Person-agents in GEPOC ABM were extended by a chance to suffer from a stroke with a certain
severity and a speciﬁc type (diagnosis). This chance is implemented to depend from the person-agent’s
age, sex and residence district as well as having had a previous stroke incident. Hereby, we were able to
observe stroke-related parameters which (in Austria) cannot be accessed from data like the average number
of stroke incidences per person or the total number of stroke-caused deaths. The model is not yet fully
validated, but will contribute to improve services provided for stroke treatment by giving a very detailed
picture of the need.
Motivated by these three applications a couple of toolboxes have been developed that can optionally be
used to extend GEPOC ABM if needed. Hereby, certain parts that have been required for the case-studies
and were deemed to have potential use in future applications were made reusable in a more generic form.
We will present the two most interesting here.
3.1 Parametrization of Diseases via Incidence and Prevalence
Taking a closer look at the three applications presented above the experienced modeler will quickly observe
that none of them relies on any contacts between person-agents (Note, that the ﬁrst mentioned application
modeled measles vaccinations and not measles infections). GEPOC ABM offers the possibility to implement
contacts e.g. between persons/patients/hospitals/physicians, but the given research problems deﬁned by our
collaborating decision makers (e.g. Austrian Ministry of Health, Main Association of Social Insurances,
Osterreich GmbH) hardly required this functionality yet. Although we made use of contacts
in smaller and more academic studies (patients ↔doctors in (Nowotny, K. 2018)), the three important
applications presented earlier taught us that simulation-based research in Health Technology Assessment,
Health System Research and Health Services Research does not necessarily rely on contacts or contact-
networks. On the one hand, this can be considered as good news as GEPOC ABM can make full use of
parallelization. On the other hand, the dynamics of the resulting models are scientiﬁcally less interesting.
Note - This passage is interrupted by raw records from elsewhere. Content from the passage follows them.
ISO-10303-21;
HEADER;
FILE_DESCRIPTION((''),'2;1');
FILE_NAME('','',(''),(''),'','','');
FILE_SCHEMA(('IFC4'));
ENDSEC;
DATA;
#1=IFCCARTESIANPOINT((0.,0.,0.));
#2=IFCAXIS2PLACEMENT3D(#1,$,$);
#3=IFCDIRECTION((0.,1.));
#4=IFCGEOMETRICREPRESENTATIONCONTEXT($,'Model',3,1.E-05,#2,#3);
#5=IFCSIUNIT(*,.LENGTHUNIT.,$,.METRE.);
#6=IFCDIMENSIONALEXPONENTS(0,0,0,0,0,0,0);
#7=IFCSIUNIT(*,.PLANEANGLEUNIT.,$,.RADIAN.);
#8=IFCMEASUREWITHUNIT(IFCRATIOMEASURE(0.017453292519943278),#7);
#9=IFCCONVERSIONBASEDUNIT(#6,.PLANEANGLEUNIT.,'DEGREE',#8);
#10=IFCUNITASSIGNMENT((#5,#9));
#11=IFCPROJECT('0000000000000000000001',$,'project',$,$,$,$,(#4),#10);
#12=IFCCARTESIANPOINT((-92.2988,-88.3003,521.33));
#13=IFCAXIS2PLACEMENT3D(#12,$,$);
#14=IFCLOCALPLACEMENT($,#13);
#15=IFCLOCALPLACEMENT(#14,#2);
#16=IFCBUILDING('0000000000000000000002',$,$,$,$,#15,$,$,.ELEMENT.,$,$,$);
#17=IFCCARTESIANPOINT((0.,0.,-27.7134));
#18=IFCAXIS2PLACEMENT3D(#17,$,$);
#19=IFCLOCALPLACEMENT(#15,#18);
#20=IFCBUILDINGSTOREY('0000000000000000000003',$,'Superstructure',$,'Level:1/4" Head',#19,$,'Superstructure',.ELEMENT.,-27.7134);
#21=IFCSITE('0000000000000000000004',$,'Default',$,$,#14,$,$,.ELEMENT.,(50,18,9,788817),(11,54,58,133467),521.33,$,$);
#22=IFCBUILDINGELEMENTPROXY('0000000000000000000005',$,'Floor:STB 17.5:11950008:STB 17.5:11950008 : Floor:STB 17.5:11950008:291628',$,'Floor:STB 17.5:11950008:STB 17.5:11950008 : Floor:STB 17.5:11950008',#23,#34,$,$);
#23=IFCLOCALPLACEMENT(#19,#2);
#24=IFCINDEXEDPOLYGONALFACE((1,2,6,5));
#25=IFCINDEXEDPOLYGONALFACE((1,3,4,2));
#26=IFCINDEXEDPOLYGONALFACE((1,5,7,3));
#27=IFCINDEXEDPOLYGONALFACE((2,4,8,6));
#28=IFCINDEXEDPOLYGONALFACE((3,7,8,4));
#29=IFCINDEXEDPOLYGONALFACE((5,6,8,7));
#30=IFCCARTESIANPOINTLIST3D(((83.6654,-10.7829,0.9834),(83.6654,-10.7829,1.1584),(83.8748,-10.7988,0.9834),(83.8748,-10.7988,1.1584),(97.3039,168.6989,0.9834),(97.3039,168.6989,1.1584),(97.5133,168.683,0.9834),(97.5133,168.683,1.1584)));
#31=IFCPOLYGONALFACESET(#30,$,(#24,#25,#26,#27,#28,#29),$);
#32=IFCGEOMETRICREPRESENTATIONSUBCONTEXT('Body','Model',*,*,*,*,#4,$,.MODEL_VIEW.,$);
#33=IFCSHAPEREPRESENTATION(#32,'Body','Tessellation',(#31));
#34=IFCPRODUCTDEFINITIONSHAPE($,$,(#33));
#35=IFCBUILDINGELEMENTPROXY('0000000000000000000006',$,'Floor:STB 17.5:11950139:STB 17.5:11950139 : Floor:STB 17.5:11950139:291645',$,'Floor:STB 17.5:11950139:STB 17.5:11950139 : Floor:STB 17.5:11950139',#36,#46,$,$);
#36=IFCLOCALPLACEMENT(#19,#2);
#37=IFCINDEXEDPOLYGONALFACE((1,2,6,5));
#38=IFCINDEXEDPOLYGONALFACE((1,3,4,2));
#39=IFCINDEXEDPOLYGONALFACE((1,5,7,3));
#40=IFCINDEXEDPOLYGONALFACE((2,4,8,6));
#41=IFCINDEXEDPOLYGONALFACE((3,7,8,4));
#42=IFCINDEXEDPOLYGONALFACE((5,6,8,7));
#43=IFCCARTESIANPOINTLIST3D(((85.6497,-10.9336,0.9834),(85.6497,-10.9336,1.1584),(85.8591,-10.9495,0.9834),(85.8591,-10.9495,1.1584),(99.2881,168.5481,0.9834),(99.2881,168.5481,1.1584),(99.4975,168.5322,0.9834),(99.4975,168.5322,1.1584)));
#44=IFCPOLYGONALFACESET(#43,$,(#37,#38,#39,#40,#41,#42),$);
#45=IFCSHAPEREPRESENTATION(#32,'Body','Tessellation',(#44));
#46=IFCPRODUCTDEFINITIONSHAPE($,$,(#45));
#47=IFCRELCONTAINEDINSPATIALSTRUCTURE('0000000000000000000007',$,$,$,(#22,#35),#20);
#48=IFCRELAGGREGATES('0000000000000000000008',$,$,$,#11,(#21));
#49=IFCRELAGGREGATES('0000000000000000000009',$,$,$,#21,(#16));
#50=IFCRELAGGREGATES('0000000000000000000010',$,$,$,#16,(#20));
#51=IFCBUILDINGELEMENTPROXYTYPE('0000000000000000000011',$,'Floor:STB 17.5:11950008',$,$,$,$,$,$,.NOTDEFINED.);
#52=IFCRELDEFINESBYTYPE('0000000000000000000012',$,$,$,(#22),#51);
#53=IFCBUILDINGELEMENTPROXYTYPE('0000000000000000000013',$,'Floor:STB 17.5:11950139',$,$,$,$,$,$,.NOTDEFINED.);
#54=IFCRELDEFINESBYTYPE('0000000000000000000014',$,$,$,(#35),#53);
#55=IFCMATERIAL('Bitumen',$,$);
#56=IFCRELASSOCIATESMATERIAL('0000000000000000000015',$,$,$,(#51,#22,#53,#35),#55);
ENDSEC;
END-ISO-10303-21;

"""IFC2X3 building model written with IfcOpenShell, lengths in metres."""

from ifc_helpers import new_model, entity, si_unit, converted_unit, direction, frame, frame_2d, origin, place, context, subcontext, project, spatial, rectangle, extrude, source, transform, mapped, material, type_object, type_shapes, element, save


model = new_model("IFC2X3")

# Units and contexts
model_context = context("Model", 3, precision=1e-05, world=origin(), true_north=direction((0.0, 1.0)))
body_context = subcontext(model_context, "Body", "Model", "MODEL_VIEW")
ifc_project = project(units=[si_unit("LENGTHUNIT", "METRE"), converted_unit("PLANEANGLEUNIT", "DEGREE", entity("IfcRatioMeasure", 0.017453292519943278), si_unit("PLANEANGLEUNIT", "RADIAN"), dimensions=[0, 0, 0, 0, 0, 0, 0])], contexts=[model_context])

# Site, building, storey
site_placement = place(None, frame((-92.2988, -88.3003, 521.33)))
site = spatial("IfcSite", under=ifc_project, at=site_placement, Name="Default", CompositionType="ELEMENT", RefLatitude=(50, 18, 9, 788817), RefLongitude=(11, 54, 58, 133467), RefElevation=521.33)
building_placement = place(site_placement, origin())
building = spatial("IfcBuilding", under=site, at=building_placement, CompositionType="ELEMENT")
storey_placement = place(building_placement, frame((0.0, 0.0, -27.7134)))
storey = spatial("IfcBuildingStorey", under=building, at=storey_placement, Name="Superstructure", ObjectType="Level:1/4\" Head", LongName="Superstructure", CompositionType="ELEMENT", Elevation=-27.7134)

# Building element proxies
ifc_material_1 = material(Name="Bitumen")
building_element_proxy_type_1 = type_object("IfcBuildingElementProxyType", Name="Floor:STB 17.5:11950008", PredefinedType="NOTDEFINED", material=ifc_material_1)
shared_shape_1 = source(origin(), body_context, "Body", "SweptSolid", [
    extrude(rectangle(XDim=179.9992, YDim=0.21, at=frame_2d((0.0, 0.0), x_axis=(1.0, 0.0))), frame((90.5893, 78.9501, -26.73), z_axis=(0.0, 0.0, 1.0), x_axis=(0.07577, 0.997125, 0.0)), (0.0, 0.0, 1.0), 0.175),
])
type_shapes(building_element_proxy_type_1, [shared_shape_1])
proxy_1_placement = place(storey_placement, frame((0.0, 0.0, 27.7134)))
element("IfcBuildingElementProxy", 1, at=proxy_1_placement, inside=storey, type_object=building_element_proxy_type_1, material=ifc_material_1, Name="Floor:STB 17.5:11950008:STB 17.5:11950008 : Floor:STB 17.5:11950008:291628", ObjectType="Floor:STB 17.5:11950008:STB 17.5:11950008 : Floor:STB 17.5:11950008", context=body_context, shape_type="MappedRepresentation", body=[
    mapped(shared_shape_1, transform((0.0, 0.0, 0.0), scale=1.0)),
])
building_element_proxy_type_2 = type_object("IfcBuildingElementProxyType", Name="Floor:STB 17.5:11950139", PredefinedType="NOTDEFINED", material=ifc_material_1)
shared_shape_2 = source(origin(), body_context, "Body", "SweptSolid", [
    extrude(rectangle(XDim=179.9992, YDim=0.21, at=frame_2d((0.0, 0.0), x_axis=(1.0, 0.0))), frame((92.5736, 78.7993, -26.73), z_axis=(0.0, 0.0, 1.0), x_axis=(0.07577, 0.997125, 0.0)), (0.0, 0.0, 1.0), 0.175),
])
type_shapes(building_element_proxy_type_2, [shared_shape_2])
proxy_2_placement = place(storey_placement, frame((0.0, 0.0, 27.7134)))
element("IfcBuildingElementProxy", 2, at=proxy_2_placement, inside=storey, type_object=building_element_proxy_type_2, material=ifc_material_1, Name="Floor:STB 17.5:11950139:STB 17.5:11950139 : Floor:STB 17.5:11950139:291645", ObjectType="Floor:STB 17.5:11950139:STB 17.5:11950139 : Floor:STB 17.5:11950139", context=body_context, shape_type="MappedRepresentation", body=[
    mapped(shared_shape_2, transform((0.0, 0.0, 0.0), scale=1.0)),
])

save(model, "model.ifc")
Causes for the lack of need in contact-based models in health-care applications can only be speculated.
One possible reason might be that the impact of non-transmittable diseases (e.g. cardiovascular diseases,
neurological diseases, chronic progressive diseases) on the health-care system is massive – even compared
to infectious diseases.
For this reason we decided to implement a toolbox that makes it possible to quickly extend GEPOC
ABM with a non-transmittable disease. We united the mechanism used for diabetes mellitus in the re-
hospitalization module and the mechanism for stroke incidences in the last application to form one generically
applicable model add-on. As diabetes is parametrized using prevalence data and stroke is parametrized
using incidence data the generic module is capable for using both data of these epidemiological key ﬁgures.
Hereby it is important to mention that the strategy only considers new cases and does not regard the recovery
from the medical condition.
Incidence or to be precise the incidence rate is deﬁned as a measure for the probability of at least one
occurrence of a certain medical condition in the observed time-interval. An incidence rate of Iper year
implies that a person who does not show the regarded medical condition before has a probability of Ito
show the medical condition after one year. Often incidence rates are given as average number of persons
showing the condition per 1000 or 10000 as it is easier to interpret.
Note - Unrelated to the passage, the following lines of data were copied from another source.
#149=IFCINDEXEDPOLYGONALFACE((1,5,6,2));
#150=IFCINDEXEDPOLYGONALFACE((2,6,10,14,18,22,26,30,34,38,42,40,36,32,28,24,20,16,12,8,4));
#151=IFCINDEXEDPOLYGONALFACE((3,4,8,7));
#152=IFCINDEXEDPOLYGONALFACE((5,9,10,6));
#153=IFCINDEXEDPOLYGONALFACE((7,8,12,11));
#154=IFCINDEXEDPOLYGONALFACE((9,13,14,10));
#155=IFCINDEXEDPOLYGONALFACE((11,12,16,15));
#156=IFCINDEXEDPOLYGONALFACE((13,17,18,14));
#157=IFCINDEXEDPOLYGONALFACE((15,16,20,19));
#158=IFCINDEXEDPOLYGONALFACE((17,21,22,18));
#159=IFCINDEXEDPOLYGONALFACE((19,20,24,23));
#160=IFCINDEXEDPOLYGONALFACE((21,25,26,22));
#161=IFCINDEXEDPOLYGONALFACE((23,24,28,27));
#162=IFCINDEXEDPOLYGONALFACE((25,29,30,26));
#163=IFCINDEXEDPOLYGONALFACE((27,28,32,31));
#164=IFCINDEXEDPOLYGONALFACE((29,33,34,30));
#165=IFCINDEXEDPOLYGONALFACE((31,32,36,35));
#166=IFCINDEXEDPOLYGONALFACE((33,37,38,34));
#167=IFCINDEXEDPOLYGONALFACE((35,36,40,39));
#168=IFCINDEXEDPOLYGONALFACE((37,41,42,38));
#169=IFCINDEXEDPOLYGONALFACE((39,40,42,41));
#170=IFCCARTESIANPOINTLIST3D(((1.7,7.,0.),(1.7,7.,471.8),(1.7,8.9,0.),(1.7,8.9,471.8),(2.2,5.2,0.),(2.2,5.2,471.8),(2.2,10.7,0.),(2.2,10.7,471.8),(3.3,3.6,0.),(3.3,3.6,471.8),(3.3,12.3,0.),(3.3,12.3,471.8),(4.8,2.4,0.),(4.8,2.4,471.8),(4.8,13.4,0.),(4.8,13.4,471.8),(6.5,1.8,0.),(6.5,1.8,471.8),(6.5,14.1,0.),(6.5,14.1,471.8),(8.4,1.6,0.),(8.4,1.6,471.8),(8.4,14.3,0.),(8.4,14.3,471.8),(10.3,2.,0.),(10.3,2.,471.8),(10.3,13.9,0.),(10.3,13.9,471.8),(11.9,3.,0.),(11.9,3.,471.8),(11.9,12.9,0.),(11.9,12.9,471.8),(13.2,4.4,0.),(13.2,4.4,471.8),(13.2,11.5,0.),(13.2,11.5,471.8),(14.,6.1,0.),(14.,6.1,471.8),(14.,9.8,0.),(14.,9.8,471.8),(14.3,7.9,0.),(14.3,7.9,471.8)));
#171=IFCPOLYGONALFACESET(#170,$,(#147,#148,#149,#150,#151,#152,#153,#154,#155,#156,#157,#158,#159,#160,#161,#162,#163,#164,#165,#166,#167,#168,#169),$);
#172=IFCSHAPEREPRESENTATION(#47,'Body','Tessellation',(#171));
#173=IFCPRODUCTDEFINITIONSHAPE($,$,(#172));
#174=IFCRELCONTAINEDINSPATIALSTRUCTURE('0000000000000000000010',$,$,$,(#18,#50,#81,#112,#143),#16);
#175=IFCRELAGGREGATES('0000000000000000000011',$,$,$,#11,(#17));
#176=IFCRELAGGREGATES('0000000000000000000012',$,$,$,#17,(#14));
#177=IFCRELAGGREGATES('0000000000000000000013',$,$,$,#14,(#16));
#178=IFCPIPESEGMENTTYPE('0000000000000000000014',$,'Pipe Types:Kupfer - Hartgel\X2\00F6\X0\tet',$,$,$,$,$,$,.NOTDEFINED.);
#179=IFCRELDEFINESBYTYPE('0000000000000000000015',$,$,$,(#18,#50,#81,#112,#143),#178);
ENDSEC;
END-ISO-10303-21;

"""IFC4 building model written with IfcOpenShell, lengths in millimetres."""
Incidence rates can be used to extend GEPOC ABM in a very natural way. Every healthy person-agent
schedules the “medical condition”-event in the course of the regarded time-step with a probability directly
calculated from the incidence rate. In case GEPOC ABM is run with yearly steps, the incidence rate can
be taken directly, otherwise it is rescaled using formula (1). Although incidences are sufﬁcient to simulate
new cases it is necessary to know about the prevalence at least for the initial setup of the person-agents.
Hence, incidence rates alone are usually not sufﬁcient to parametrize the model.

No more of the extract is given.